For two years, tea party lawmakers in the House have been the stubborn barbarians at the gate, strong-arming their often reluctant Republican colleagues by refusing to compromise on spending, taxes, debt or social policy.
But Paul Ryan’s ascendency to the No. 2 spot on the Republican ticket is a signal event for a movement that counts him as one of their own. If Mitt Romney wins the election in November, a tea party favorite will be a heartbeat from the Oval Office.
Ryan is now unquestionably the face of the tea party caucus in Washington, and his success is certain to embolden House lawmakers whose proudly unyielding approach to governance has contributed to legislative gridlock.
Once considered a fringe of the conservative coalition, tea party lawmakers are now indisputably at the core of the modern Republican Party.
For Romney, the decision to pick Ryan has quickly helped to validate him in the eyes of skeptical tea party members in the House.
Many in the movement had worried that a President Romney would hardly be an ally for their legislative goals.
Choosing Ryan eases those concerns even as it marks a shift in the movement’s balance of power.
Ryan, in his speech accepting the role of Romney’s running mate, touted his ability to reach across the aisle to find solutions that are workable to members of both parties.
But his success may help to harden the political impasse in Washington between Democrats and Republicans.
A huge post-election debate is looming over the fate of the Bush-era tax cuts and entitlement spending, and Ryan has been urging tea party members to stand firm.
If Republicans win the White House in the fall but fail to take the Senate, tea party members in the House may see even less reason to compromise on their drive to make the federal government smaller.

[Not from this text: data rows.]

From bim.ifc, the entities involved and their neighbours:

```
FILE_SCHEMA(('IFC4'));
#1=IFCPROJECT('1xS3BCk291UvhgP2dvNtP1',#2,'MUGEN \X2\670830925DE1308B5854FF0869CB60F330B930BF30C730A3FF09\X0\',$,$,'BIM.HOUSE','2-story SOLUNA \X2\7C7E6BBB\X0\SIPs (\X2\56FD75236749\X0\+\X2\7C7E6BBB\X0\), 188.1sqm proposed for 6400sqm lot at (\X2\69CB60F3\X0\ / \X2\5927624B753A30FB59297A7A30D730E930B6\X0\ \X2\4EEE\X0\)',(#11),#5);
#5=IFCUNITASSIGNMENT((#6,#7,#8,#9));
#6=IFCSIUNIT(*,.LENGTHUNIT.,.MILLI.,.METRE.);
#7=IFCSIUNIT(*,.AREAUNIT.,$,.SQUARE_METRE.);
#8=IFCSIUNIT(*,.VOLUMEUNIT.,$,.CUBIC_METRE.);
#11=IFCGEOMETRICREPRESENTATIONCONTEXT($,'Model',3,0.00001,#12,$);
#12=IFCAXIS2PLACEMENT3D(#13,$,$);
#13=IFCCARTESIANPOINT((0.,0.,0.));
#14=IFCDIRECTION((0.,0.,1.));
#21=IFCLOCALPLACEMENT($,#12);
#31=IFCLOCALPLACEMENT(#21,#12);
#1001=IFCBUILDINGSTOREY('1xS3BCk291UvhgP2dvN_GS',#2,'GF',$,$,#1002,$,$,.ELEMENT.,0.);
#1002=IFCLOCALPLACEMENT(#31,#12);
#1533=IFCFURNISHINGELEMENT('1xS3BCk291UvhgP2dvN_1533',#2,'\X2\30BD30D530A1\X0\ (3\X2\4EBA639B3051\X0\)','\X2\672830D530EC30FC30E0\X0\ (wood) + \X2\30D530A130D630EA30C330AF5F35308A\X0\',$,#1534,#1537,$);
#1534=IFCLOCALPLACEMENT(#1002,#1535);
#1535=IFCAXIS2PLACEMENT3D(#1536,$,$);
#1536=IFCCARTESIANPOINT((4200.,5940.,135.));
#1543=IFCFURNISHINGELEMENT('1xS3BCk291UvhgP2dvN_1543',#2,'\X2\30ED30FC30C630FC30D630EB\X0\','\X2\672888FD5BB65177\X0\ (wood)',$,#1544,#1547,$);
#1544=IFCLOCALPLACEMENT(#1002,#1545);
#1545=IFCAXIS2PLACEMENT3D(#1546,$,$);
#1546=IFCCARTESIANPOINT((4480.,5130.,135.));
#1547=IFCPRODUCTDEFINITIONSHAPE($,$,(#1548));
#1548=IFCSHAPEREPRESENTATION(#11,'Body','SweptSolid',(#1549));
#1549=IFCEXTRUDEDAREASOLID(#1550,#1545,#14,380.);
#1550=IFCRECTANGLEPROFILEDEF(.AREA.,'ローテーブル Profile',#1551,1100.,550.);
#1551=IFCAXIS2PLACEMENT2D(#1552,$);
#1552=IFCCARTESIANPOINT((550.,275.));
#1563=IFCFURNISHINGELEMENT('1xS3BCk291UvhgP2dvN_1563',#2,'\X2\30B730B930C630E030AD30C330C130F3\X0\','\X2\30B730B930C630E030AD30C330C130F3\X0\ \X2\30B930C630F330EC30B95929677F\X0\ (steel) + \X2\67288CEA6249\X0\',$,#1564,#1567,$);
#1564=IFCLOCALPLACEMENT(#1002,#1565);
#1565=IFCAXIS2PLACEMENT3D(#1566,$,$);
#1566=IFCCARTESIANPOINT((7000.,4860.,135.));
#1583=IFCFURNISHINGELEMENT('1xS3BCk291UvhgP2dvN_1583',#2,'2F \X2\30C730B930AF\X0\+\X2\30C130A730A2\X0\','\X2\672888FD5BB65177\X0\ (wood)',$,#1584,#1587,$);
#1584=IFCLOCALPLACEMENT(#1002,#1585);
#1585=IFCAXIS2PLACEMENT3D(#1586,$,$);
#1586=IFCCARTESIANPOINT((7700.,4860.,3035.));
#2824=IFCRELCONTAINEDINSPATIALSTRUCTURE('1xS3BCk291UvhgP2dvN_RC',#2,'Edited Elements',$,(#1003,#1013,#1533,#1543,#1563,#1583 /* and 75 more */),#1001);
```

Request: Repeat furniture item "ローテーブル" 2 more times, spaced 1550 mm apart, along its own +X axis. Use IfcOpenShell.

```python
import ifcopenshell
import ifcopenshell.api.geometry
import ifcopenshell.api.root
import ifcopenshell.util.element
import ifcopenshell.util.placement

model = ifcopenshell.open("bim.ifc")


def reuse_history(source, copy):
    """copy_class also copies each property set's owner history, people and application; keep the originals."""
    for rel in copy.IsDefinedBy:
        if rel.is_a("IfcRelDefinesByProperties") and (history := rel.RelatingPropertyDefinition.OwnerHistory):
            rel.RelatingPropertyDefinition.OwnerHistory = source.OwnerHistory
            ifcopenshell.util.element.remove_deep2(model, history)


source = model.by_guid("1xS3BCk291UvhgP2dvN_1543")
base = ifcopenshell.util.placement.get_local_placement(source.ObjectPlacement)
step = base[:3, 0] * 1550.0

for i in range(1, 3):
    copy = ifcopenshell.api.root.copy_class(model, product=source)
    copy.Representation = ifcopenshell.util.element.copy_deep(
        model, source.Representation, exclude=["IfcGeometricRepresentationContext", "IfcRepresentationMap"]
    )
    reuse_history(source, copy)
    matrix = base.copy()
    matrix[:3, 3] += i * step
    print("added at", matrix[:3, 3].round(3) + 0.0)
    ifcopenshell.api.geometry.edit_object_placement(model, product=copy, matrix=matrix, is_si=False)

model.write("bim_edited.ifc")
```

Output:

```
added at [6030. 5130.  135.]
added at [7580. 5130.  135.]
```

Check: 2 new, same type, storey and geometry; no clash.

Within the tea party caucus, Ryan is not the most absolutist. He voted for the TARP bailout of big banks near the end of George W. Bush’s presidency. And he voted for the bailout of the auto industry. A six-term congressman who has worked in Washington his entire career, Ryan is an insider-type politician who works from within the system, not against it.
But as chairman of the House Budget Committee, Ryan has resisted pressure from some in his party’s leadership to compromise with President Barack Obama’s administration in the interests of a grand bargain that many tea party members see as selling out.